● PROBLEM REQUIREMENTS: After reading each line of the entries, give the number of lines that contain "frame" and nothing else.

● GIVEN RECORDS:
■ ■ ■ ■

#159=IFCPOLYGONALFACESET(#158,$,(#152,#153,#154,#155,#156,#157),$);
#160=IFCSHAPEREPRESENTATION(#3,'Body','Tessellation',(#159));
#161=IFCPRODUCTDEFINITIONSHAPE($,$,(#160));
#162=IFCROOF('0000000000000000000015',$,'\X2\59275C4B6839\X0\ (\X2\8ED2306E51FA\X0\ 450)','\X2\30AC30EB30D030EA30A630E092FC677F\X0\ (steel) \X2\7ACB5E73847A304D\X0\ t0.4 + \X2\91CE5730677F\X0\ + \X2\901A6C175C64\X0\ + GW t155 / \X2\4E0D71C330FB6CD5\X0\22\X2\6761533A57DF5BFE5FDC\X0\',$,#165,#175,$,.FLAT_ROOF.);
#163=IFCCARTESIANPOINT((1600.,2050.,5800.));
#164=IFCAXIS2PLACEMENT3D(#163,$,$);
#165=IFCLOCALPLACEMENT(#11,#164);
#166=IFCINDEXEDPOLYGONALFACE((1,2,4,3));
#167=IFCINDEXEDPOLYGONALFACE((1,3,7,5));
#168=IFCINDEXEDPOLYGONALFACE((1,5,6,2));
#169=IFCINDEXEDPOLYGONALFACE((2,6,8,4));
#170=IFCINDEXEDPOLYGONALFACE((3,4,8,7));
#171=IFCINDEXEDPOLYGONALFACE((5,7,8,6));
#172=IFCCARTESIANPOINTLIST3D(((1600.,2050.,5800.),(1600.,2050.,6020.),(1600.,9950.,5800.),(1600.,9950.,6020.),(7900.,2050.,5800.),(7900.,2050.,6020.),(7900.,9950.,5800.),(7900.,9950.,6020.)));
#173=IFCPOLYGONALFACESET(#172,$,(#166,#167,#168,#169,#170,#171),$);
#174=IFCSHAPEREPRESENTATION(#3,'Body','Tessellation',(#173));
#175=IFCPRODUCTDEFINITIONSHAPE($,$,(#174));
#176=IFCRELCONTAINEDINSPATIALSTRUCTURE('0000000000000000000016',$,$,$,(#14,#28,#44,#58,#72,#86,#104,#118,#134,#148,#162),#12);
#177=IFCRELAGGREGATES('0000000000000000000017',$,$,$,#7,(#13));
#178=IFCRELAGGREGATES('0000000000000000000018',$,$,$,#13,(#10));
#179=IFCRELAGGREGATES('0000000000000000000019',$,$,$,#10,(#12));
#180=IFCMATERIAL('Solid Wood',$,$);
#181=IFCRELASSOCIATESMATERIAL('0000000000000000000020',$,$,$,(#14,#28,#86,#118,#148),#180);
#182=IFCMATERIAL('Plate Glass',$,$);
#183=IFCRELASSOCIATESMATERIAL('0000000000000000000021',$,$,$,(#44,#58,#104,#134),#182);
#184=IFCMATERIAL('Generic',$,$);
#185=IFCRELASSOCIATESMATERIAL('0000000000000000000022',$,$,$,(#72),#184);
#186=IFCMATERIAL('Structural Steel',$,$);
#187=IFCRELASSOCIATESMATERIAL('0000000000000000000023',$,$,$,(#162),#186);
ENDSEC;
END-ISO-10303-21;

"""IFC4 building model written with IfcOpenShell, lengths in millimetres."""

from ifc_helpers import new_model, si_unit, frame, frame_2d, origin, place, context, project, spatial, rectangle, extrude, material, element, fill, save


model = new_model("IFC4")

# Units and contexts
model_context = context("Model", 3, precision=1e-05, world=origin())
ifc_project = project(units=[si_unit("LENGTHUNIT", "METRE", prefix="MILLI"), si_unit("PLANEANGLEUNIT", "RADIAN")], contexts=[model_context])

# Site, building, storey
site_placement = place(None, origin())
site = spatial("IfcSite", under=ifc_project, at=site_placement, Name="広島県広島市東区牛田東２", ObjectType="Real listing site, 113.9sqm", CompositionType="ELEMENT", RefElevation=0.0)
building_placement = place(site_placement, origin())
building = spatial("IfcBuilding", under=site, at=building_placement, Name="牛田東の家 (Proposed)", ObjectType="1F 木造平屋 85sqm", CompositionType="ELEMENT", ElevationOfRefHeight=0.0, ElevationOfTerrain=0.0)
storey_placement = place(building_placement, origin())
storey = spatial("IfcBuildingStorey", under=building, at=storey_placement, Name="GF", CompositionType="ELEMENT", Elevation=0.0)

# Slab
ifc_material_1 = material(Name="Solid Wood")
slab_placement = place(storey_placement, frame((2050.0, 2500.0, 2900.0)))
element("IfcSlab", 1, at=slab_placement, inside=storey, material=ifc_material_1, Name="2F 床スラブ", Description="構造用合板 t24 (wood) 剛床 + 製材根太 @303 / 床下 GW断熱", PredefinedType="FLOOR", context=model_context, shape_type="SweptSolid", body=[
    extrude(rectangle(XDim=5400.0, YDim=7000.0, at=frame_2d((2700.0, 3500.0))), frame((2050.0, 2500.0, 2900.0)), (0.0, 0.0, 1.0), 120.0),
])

■ ■ ■ ■

● EXPECTED ANSWER: 3